The Attorney General, in his brief, states that the principal question in this case is as to the effect of the filing of notice of lis pendens, and consideration will now be given to that question.

The lis pendens statute (§243, Bern. Comp. Stat.) [P. C. §8452], provides:

*295“In an action affecting the title to real property the plaintiff, at the time of filing the complaint . may file with the auditor of each county in which the property is situated a notice of the pendency of the action, containing the names of the parties, the object of the action, and a description of the real property in that county affected thereby. From the time of the filing only shall the pendency of the action be constructive notice to a purchaser or encumbrancer of the property affected thereby, and every person whose conveyance or encumbrance is subsequently executed or subsequently recorded shall be deemed a subsequent purchaser or encumbrancer, and shall be bound by all proceedings taken after the filing of such notice to the same extent as if he were a party to the action . . . ”

By this statute, it will be observed, the filing of the notice of Us pendens is constructive notice to every person “whose conveyance or encumbrance is subsequently executed or subsequently recorded.” The state does not hold or claim under a subsequent conveyance or encumbrance. Its right to escheat depends solely upon whether the title to the property was in the alien when the action was brought and the lis pendens filed. The ls pendens statute is only a law of procedure and does not cut off the paramount title. In Merrick v. Pattison, 85 Wash. 240, 147 Pac. 1137, the effect of the statute is fully discussed and it is there said:

“This, we think, is only a law of procedure, enacted with a view of making a decree of the nature here sought, if ultimately rendered in favor of the plaintiff, effective, not only against the original defendant in the action, but also effective against one who purchases the property or whose conveyance evidencing such purchase is recorded after the filing of the notice of pendency of the action, ‘to the same extent as if he were a party to the actionIn other words, the statute, and a notice of Us pendens filed in pursuance thereof, *296has the effect of constructively making the one claiming under such subsequently executed or recorded conveyance a party to the action.”

In Ellis v. McCoy, 99 Wash. 457, 169 Pac. 973, it was said:

“ . . . it must be declared that no paramount title can be cut off by a procedure under the statute of notice.”

The state did not hold under a subsequent conveyance or incumbrance and title is not created by the filing of the notice.
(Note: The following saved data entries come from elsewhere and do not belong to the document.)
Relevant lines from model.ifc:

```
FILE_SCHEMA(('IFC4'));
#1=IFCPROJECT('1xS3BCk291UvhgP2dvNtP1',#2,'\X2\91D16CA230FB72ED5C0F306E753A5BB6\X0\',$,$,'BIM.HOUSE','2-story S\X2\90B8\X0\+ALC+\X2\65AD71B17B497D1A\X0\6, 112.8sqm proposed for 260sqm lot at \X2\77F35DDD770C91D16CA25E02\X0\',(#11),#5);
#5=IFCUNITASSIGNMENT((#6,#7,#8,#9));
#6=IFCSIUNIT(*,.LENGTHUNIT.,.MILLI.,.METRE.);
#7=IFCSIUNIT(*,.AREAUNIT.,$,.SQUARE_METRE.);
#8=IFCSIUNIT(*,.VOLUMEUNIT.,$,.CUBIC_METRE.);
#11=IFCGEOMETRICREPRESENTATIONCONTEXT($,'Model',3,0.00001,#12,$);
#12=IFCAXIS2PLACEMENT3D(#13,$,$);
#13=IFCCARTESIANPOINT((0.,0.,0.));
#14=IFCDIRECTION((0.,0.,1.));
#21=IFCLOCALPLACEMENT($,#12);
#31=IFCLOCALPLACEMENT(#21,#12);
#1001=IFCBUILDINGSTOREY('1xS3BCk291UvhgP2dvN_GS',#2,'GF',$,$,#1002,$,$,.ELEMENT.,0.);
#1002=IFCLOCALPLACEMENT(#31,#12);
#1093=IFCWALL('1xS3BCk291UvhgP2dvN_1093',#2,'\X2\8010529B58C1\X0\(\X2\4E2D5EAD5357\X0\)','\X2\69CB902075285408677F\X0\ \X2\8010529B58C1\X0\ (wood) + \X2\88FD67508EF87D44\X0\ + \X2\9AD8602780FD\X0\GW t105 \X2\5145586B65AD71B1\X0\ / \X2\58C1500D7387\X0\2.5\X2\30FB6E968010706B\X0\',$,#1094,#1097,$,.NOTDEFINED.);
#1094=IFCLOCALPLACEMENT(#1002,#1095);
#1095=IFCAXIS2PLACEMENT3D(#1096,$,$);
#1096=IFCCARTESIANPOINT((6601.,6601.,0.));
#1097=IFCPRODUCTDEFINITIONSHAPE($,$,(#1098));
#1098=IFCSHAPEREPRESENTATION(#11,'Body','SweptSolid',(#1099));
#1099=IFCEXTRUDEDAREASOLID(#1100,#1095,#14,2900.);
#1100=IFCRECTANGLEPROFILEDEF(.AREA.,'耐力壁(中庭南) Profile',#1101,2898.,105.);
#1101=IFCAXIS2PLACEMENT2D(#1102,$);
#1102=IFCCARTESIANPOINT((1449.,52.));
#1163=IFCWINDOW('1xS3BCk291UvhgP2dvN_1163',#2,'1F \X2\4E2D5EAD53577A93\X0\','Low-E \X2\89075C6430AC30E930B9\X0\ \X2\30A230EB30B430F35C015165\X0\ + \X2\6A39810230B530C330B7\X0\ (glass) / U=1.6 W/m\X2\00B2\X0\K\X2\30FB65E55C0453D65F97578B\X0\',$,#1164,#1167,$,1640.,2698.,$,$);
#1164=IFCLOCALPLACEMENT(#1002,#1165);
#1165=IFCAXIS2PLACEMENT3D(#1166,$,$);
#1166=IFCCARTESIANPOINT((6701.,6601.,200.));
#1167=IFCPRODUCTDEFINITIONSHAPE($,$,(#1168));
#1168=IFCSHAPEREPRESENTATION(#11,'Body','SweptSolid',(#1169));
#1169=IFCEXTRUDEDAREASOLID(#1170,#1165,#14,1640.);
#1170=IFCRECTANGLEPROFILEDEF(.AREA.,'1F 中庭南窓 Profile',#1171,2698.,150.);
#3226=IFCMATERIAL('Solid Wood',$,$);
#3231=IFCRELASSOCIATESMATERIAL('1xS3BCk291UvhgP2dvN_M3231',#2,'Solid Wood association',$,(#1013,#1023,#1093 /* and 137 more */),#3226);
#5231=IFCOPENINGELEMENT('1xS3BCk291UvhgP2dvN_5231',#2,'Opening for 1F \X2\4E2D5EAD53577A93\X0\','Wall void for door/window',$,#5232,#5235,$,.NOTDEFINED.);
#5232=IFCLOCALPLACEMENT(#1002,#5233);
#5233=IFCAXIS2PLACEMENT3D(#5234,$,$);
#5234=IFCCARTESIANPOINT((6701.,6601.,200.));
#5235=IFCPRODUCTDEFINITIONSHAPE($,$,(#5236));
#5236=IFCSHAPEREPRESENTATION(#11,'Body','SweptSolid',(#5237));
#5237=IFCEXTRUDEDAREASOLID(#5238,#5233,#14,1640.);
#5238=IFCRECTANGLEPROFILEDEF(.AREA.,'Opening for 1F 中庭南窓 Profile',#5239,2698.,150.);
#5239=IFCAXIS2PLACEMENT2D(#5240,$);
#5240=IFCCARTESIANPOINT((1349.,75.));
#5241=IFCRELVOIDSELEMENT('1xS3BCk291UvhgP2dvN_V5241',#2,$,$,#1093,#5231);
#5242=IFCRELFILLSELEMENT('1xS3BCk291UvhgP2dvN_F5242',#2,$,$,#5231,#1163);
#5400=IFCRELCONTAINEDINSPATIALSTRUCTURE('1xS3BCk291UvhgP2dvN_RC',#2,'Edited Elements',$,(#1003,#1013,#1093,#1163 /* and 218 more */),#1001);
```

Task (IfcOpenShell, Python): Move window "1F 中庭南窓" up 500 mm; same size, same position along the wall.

```python
import numpy as np
import ifcopenshell
import ifcopenshell.api.geometry
import ifcopenshell.util.placement
import ifcopenshell.util.unit

model = ifcopenshell.open("model.ifc")
unit_scale = ifcopenshell.util.unit.calculate_unit_scale(model)

window = model.by_guid("1xS3BCk291UvhgP2dvN_1163")
opening = window.FillsVoids[0].RelatingOpeningElement
dz = 500.0

shift = np.array([0.0, 0.0, dz])
# The window is not placed relative to its opening, so move both.
for product in (opening, window):
    matrix = ifcopenshell.util.placement.get_local_placement(product.ObjectPlacement)
    matrix[:3, 3] += shift
    ifcopenshell.api.geometry.edit_object_placement(model, product=product, matrix=matrix, is_si=False)

print(f"moved by {dz * unit_scale:+.3f} m")

model.write("model_edited.ifc")
```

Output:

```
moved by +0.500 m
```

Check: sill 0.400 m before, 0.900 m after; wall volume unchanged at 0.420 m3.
The trial court found that the deed in question was not delivered until after the bringing of this action and the filing and recording of a notice of lis pendens, and that the two Japanese owned the property at the time the action was brought and the notice filed. This finding, however, does not give effect to the legal presumption that the deed was delivered on the day it was executed and acknowledged. As stated, there is no evidence as to the time of the delivery of the deed, and there is no evidence as to who was in the possession of the property at any time.

The judgment as to the west 25 feet of lot 10 will be affirmed. The judgment as to the south 25 feet of lot 11 will be reversed with direction that as to that tract the action be dismissed.

Holcomb, Tolman, Parker, and Mackintosh, JJ., concur.